EXERCISE INPUTS –
>>>>>

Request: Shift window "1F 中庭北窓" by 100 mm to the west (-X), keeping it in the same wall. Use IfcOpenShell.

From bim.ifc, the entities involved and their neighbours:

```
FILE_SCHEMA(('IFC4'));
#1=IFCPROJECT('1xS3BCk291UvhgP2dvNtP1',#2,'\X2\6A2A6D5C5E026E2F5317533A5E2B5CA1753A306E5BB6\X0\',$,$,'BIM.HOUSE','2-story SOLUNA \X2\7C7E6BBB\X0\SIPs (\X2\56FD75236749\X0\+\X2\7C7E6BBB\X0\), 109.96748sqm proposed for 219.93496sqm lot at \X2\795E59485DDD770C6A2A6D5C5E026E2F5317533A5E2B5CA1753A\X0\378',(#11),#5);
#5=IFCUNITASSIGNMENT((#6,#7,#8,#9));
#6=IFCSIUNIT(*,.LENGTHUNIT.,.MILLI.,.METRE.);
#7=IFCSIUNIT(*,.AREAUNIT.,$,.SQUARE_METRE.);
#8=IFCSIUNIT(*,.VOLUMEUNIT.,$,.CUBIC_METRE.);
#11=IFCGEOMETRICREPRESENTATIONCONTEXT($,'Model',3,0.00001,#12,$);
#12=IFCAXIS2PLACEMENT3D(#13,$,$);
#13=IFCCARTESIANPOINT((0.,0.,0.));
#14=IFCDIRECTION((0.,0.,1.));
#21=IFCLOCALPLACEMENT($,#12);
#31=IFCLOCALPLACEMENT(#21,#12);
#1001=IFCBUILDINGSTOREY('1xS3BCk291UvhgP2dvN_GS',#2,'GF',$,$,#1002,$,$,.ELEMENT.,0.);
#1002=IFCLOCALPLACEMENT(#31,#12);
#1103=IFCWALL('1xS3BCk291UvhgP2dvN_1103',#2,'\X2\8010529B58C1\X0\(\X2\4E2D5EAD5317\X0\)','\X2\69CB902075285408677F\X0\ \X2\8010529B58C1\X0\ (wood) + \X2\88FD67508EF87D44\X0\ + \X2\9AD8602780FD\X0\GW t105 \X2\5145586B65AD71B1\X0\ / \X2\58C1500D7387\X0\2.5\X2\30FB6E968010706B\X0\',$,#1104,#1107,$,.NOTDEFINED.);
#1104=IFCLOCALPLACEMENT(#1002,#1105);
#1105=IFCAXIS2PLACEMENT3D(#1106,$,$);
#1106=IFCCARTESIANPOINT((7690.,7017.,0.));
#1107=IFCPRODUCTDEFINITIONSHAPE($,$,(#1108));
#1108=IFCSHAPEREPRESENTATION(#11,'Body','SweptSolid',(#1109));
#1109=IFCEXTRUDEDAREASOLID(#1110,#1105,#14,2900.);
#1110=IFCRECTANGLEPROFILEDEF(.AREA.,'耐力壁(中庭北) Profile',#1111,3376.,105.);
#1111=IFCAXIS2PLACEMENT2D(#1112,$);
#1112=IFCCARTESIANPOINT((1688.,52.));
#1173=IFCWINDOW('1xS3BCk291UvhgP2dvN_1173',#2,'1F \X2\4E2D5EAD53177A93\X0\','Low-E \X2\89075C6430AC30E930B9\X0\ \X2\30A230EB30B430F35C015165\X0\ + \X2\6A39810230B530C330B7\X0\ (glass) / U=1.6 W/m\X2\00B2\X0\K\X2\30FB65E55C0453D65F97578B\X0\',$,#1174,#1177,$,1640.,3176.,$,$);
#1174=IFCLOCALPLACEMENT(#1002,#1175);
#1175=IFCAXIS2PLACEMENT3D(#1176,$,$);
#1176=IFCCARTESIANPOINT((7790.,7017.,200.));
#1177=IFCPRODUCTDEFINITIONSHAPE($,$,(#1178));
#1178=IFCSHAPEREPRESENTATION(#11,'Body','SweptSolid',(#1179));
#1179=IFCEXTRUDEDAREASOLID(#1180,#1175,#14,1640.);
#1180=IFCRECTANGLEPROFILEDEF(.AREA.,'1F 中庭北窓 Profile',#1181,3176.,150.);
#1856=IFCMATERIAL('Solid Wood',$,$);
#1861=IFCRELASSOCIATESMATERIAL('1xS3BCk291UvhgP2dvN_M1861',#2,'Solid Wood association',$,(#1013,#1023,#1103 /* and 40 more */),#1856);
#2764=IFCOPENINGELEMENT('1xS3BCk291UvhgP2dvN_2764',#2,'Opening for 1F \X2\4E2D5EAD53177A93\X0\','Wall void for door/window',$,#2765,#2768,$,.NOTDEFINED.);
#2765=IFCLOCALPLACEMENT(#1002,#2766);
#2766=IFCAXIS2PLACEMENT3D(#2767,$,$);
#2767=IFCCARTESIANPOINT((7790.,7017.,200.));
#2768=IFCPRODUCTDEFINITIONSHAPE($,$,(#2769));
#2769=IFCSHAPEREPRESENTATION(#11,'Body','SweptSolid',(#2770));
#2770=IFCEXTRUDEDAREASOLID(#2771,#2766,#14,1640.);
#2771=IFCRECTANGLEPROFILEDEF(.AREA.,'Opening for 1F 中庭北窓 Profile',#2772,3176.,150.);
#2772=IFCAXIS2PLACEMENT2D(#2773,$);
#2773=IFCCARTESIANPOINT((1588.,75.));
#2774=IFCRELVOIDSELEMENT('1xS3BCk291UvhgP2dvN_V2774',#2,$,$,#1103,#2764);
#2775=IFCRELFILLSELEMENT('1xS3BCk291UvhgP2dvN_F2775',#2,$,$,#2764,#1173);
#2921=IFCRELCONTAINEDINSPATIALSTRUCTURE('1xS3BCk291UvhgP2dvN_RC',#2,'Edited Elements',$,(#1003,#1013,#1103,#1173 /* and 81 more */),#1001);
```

```python
import ifcopenshell
import ifcopenshell.api.geometry
import ifcopenshell.util.placement

model = ifcopenshell.open("bim.ifc")

window = model.by_guid("1xS3BCk291UvhgP2dvN_1173")
opening = window.FillsVoids[0].RelatingOpeningElement
wall = opening.VoidsElements[0].RelatingBuildingElement

wall_matrix = ifcopenshell.util.placement.get_local_placement(wall.ObjectPlacement)
shift = wall_matrix[:3, 0] * -100.0
before = ifcopenshell.util.placement.get_local_placement(window.ObjectPlacement)[:3, 3].copy()

# The window is not placed relative to its opening, so move both.
for product in (opening, window):
    matrix = ifcopenshell.util.placement.get_local_placement(product.ObjectPlacement)
    matrix[:3, 3] += shift
    ifcopenshell.api.geometry.edit_object_placement(model, product=product, matrix=matrix, is_si=False)

after = ifcopenshell.util.placement.get_local_placement(window.ObjectPlacement)[:3, 3]
print("window moved by", (after - before).round(3) + 0.0)

model.write("bim-out.ifc")
```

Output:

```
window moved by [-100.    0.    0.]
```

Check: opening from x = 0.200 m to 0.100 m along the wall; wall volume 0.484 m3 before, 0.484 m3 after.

<<<<<

TASK REQUIREMENTS –
Every record listed above should be reproduced exactly.

TASK SOLUTION –
Request: Shift window "1F 中庭北窓" by 100 mm to the west (-X), keeping it in the same wall. Use IfcOpenShell.

From bim.ifc, the entities involved and their neighbours:

```
FILE_SCHEMA(('IFC4'));
#1=IFCPROJECT('1xS3BCk291UvhgP2dvNtP1',#2,'\X2\6A2A6D5C5E026E2F5317533A5E2B5CA1753A306E5BB6\X0\',$,$,'BIM.HOUSE','2-story SOLUNA \X2\7C7E6BBB\X0\SIPs (\X2\56FD75236749\X0\+\X2\7C7E6BBB\X0\), 109.96748sqm proposed for 219.93496sqm lot at \X2\795E59485DDD770C6A2A6D5C5E026E2F5317533A5E2B5CA1753A\X0\378',(#11),#5);
#5=IFCUNITASSIGNMENT((#6,#7,#8,#9));
#6=IFCSIUNIT(*,.LENGTHUNIT.,.MILLI.,.METRE.);
#7=IFCSIUNIT(*,.AREAUNIT.,$,.SQUARE_METRE.);
#8=IFCSIUNIT(*,.VOLUMEUNIT.,$,.CUBIC_METRE.);
#11=IFCGEOMETRICREPRESENTATIONCONTEXT($,'Model',3,0.00001,#12,$);
#12=IFCAXIS2PLACEMENT3D(#13,$,$);
#13=IFCCARTESIANPOINT((0.,0.,0.));
#14=IFCDIRECTION((0.,0.,1.));
#21=IFCLOCALPLACEMENT($,#12);
#31=IFCLOCALPLACEMENT(#21,#12);
#1001=IFCBUILDINGSTOREY('1xS3BCk291UvhgP2dvN_GS',#2,'GF',$,$,#1002,$,$,.ELEMENT.,0.);
#1002=IFCLOCALPLACEMENT(#31,#12);
#1103=IFCWALL('1xS3BCk291UvhgP2dvN_1103',#2,'\X2\8010529B58C1\X0\(\X2\4E2D5EAD5317\X0\)','\X2\69CB902075285408677F\X0\ \X2\8010529B58C1\X0\ (wood) + \X2\88FD67508EF87D44\X0\ + \X2\9AD8602780FD\X0\GW t105 \X2\5145586B65AD71B1\X0\ / \X2\58C1500D7387\X0\2.5\X2\30FB6E968010706B\X0\',$,#1104,#1107,$,.NOTDEFINED.);
#1104=IFCLOCALPLACEMENT(#1002,#1105);
#1105=IFCAXIS2PLACEMENT3D(#1106,$,$);
#1106=IFCCARTESIANPOINT((7690.,7017.,0.));
#1107=IFCPRODUCTDEFINITIONSHAPE($,$,(#1108));
#1108=IFCSHAPEREPRESENTATION(#11,'Body','SweptSolid',(#1109));
#1109=IFCEXTRUDEDAREASOLID(#1110,#1105,#14,2900.);
#1110=IFCRECTANGLEPROFILEDEF(.AREA.,'耐力壁(中庭北) Profile',#1111,3376.,105.);
#1111=IFCAXIS2PLACEMENT2D(#1112,$);
#1112=IFCCARTESIANPOINT((1688.,52.));
#1173=IFCWINDOW('1xS3BCk291UvhgP2dvN_1173',#2,'1F \X2\4E2D5EAD53177A93\X0\','Low-E \X2\89075C6430AC30E930B9\X0\ \X2\30A230EB30B430F35C015165\X0\ + \X2\6A39810230B530C330B7\X0\ (glass) / U=1.6 W/m\X2\00B2\X0\K\X2\30FB65E55C0453D65F97578B\X0\',$,#1174,#1177,$,1640.,3176.,$,$);
#1174=IFCLOCALPLACEMENT(#1002,#1175);
#1175=IFCAXIS2PLACEMENT3D(#1176,$,$);
#1176=IFCCARTESIANPOINT((7790.,7017.,200.));
#1177=IFCPRODUCTDEFINITIONSHAPE($,$,(#1178));
#1178=IFCSHAPEREPRESENTATION(#11,'Body','SweptSolid',(#1179));
#1179=IFCEXTRUDEDAREASOLID(#1180,#1175,#14,1640.);
#1180=IFCRECTANGLEPROFILEDEF(.AREA.,'1F 中庭北窓 Profile',#1181,3176.,150.);
#1856=IFCMATERIAL('Solid Wood',$,$);
#1861=IFCRELASSOCIATESMATERIAL('1xS3BCk291UvhgP2dvN_M1861',#2,'Solid Wood association',$,(#1013,#1023,#1103 /* and 40 more */),#1856);
#2764=IFCOPENINGELEMENT('1xS3BCk291UvhgP2dvN_2764',#2,'Opening for 1F \X2\4E2D5EAD53177A93\X0\','Wall void for door/window',$,#2765,#2768,$,.NOTDEFINED.);
#2765=IFCLOCALPLACEMENT(#1002,#2766);
#2766=IFCAXIS2PLACEMENT3D(#2767,$,$);
#2767=IFCCARTESIANPOINT((7790.,7017.,200.));
#2768=IFCPRODUCTDEFINITIONSHAPE($,$,(#2769));
#2769=IFCSHAPEREPRESENTATION(#11,'Body','SweptSolid',(#2770));
#2770=IFCEXTRUDEDAREASOLID(#2771,#2766,#14,1640.);
#2771=IFCRECTANGLEPROFILEDEF(.AREA.,'Opening for 1F 中庭北窓 Profile',#2772,3176.,150.);
#2772=IFCAXIS2PLACEMENT2D(#2773,$);
#2773=IFCCARTESIANPOINT((1588.,75.));
#2774=IFCRELVOIDSELEMENT('1xS3BCk291UvhgP2dvN_V2774',#2,$,$,#1103,#2764);
#2775=IFCRELFILLSELEMENT('1xS3BCk291UvhgP2dvN_F2775',#2,$,$,#2764,#1173);
#2921=IFCRELCONTAINEDINSPATIALSTRUCTURE('1xS3BCk291UvhgP2dvN_RC',#2,'Edited Elements',$,(#1003,#1013,#1103,#1173 /* and 81 more */),#1001);
```

```python
import ifcopenshell
import ifcopenshell.api.geometry
import ifcopenshell.util.placement

model = ifcopenshell.open("bim.ifc")

window = model.by_guid("1xS3BCk291UvhgP2dvN_1173")
opening = window.FillsVoids[0].RelatingOpeningElement
wall = opening.VoidsElements[0].RelatingBuildingElement

wall_matrix = ifcopenshell.util.placement.get_local_placement(wall.ObjectPlacement)
shift = wall_matrix[:3, 0] * -100.0
before = ifcopenshell.util.placement.get_local_placement(window.ObjectPlacement)[:3, 3].copy()

# The window is not placed relative to its opening, so move both.
for product in (opening, window):
    matrix = ifcopenshell.util.placement.get_local_placement(product.ObjectPlacement)
    matrix[:3, 3] += shift
    ifcopenshell.api.geometry.edit_object_placement(model, product=product, matrix=matrix, is_si=False)

after = ifcopenshell.util.placement.get_local_placement(window.ObjectPlacement)[:3, 3]
print("window moved by", (after - before).round(3) + 0.0)

model.write("bim-out.ifc")
```

Output:

```
window moved by [-100.    0.    0.]
```

Check: opening from x = 0.200 m to 0.100 m along the wall; wall volume 0.484 m3 before, 0.484 m3 after.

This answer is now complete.